High Rank Matrix Completion via Grassmannian Proxy Fusion
This addresses the problem of high-rank matrix completion for applications like data imputation, offering improved performance in low-sampling scenarios, though it appears incremental as it builds on existing subspace clustering methods.
The paper tackles high-rank matrix completion by clustering incomplete vectors via proxy subspaces and minimizing distances on the Grassmannian, achieving performance comparable to leading methods at high sampling rates and significantly better at low sampling rates, narrowing the gap to the theoretical sampling limit.
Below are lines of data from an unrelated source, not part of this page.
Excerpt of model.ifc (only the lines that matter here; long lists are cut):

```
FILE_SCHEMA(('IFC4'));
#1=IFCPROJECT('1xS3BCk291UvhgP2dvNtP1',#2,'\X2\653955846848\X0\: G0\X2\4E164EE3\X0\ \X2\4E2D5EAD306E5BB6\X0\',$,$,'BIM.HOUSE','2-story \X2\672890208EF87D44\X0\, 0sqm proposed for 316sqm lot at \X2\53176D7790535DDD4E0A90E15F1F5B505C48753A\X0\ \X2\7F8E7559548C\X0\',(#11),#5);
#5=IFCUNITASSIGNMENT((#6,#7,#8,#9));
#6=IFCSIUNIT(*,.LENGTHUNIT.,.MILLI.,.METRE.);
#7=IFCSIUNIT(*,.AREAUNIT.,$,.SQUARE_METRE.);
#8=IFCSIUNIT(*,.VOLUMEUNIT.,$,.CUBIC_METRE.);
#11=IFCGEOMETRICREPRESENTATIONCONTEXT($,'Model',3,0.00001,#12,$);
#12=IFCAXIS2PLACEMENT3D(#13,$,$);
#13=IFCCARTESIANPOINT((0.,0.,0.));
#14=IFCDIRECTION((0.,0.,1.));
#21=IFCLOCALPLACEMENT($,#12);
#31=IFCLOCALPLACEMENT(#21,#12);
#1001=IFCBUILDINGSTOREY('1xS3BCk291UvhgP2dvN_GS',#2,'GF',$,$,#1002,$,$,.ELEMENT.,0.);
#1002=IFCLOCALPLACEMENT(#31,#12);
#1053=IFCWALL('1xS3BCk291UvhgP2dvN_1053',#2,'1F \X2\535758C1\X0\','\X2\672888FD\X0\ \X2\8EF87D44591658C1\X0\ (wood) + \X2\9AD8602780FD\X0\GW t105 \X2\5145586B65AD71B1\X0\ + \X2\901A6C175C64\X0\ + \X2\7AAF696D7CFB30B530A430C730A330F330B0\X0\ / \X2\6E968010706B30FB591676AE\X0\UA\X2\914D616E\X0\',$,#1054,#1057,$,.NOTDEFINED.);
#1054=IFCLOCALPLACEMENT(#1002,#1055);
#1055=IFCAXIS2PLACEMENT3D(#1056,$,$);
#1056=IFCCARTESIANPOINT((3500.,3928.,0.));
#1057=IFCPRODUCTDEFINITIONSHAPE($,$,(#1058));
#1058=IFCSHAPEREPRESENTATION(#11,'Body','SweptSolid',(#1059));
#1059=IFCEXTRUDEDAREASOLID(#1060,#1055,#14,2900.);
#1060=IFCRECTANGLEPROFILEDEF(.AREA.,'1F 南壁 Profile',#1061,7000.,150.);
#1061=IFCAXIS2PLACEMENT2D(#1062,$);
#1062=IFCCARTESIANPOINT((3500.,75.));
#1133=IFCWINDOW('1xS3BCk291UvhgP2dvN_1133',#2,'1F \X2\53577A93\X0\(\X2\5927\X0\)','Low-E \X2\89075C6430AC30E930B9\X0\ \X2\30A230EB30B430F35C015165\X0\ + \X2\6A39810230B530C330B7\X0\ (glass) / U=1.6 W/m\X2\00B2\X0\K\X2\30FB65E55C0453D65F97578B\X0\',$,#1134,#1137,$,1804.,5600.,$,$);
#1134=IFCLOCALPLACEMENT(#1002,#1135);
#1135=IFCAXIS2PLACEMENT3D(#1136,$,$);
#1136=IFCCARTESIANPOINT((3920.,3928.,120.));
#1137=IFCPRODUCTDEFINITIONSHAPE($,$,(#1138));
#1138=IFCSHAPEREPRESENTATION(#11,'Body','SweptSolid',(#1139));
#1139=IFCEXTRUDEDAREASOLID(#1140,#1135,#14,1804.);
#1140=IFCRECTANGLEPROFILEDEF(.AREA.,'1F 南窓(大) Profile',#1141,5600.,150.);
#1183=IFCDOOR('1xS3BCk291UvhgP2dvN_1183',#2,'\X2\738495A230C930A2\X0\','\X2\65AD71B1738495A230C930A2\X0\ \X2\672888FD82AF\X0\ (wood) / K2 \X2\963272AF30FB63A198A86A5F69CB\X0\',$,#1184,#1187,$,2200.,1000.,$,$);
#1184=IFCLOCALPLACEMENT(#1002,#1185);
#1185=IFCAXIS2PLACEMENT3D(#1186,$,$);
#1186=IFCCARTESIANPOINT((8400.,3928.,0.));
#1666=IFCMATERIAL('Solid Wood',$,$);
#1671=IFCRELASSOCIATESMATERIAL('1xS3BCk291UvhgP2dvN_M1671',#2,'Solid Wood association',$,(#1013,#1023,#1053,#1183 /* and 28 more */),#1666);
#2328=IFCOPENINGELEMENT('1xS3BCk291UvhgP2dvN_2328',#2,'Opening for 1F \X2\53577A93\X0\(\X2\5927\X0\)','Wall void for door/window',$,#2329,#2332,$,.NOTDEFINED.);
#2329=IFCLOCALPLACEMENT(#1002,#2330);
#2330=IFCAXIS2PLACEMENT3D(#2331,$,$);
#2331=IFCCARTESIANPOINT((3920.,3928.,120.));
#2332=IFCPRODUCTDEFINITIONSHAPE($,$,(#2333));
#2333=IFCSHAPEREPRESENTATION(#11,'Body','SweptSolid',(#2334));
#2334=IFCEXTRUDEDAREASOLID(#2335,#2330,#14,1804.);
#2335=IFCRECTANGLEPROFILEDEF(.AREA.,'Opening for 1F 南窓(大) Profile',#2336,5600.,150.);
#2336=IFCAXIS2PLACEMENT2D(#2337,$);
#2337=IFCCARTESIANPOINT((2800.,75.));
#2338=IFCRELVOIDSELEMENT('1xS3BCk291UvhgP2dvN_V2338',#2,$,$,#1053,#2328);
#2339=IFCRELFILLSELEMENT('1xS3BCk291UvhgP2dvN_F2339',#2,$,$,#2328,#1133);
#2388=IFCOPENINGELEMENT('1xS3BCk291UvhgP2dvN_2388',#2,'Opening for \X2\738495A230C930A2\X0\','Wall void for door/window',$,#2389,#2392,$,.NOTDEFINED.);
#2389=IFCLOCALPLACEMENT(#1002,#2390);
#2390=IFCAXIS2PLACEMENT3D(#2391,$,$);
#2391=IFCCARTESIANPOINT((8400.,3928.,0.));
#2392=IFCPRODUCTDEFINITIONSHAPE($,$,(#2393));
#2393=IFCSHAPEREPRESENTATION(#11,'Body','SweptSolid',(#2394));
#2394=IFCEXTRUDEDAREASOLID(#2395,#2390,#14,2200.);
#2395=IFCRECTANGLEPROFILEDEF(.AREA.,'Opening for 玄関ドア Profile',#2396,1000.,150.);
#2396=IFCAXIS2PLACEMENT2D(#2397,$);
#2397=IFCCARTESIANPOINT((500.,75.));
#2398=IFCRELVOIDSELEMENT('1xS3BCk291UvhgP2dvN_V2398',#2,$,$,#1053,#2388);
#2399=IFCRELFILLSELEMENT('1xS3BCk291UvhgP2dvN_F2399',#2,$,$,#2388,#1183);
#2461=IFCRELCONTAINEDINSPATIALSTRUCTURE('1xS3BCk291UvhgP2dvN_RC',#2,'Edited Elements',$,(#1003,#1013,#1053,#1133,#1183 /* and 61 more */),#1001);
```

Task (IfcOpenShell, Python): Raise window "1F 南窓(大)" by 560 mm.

```python
import numpy as np
import ifcopenshell
import ifcopenshell.api.geometry
import ifcopenshell.util.placement
import ifcopenshell.util.unit

model = ifcopenshell.open("model.ifc")
unit_scale = ifcopenshell.util.unit.calculate_unit_scale(model)

window = model.by_guid("1xS3BCk291UvhgP2dvN_1133")
opening = window.FillsVoids[0].RelatingOpeningElement
dz = 0.56 / unit_scale

shift = np.array([0.0, 0.0, dz])
# The window is not placed relative to its opening, so move both.
for product in (opening, window):
    matrix = ifcopenshell.util.placement.get_local_placement(product.ObjectPlacement)
    matrix[:3, 3] += shift
    ifcopenshell.api.geometry.edit_object_placement(model, product=product, matrix=matrix, is_si=False)

print(f"moved by {dz * unit_scale:+.3f} m")

model.write("model-out.ifc")
```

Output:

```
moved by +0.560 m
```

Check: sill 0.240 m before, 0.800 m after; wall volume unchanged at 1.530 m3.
This paper approaches high-rank matrix completion (HRMC) by filling missing entries in a data matrix where columns lie near a union of subspaces, clustering these columns, and identifying the underlying subspaces. Current methods often lack theoretical support, produce uninterpretable results, and require more samples than theoretically necessary. We propose clustering incomplete vectors by grouping proxy subspaces and minimizing two criteria over the Grassmannian: (a) the chordal distance between each point and its corresponding subspace and (b) the geodesic distances between subspaces of all data points. Experiments on synthetic and real datasets demonstrate that our method performs comparably to leading methods in high sampling rates and significantly better in low sampling rates, thus narrowing the gap to the theoretical sampling limit of HRMC.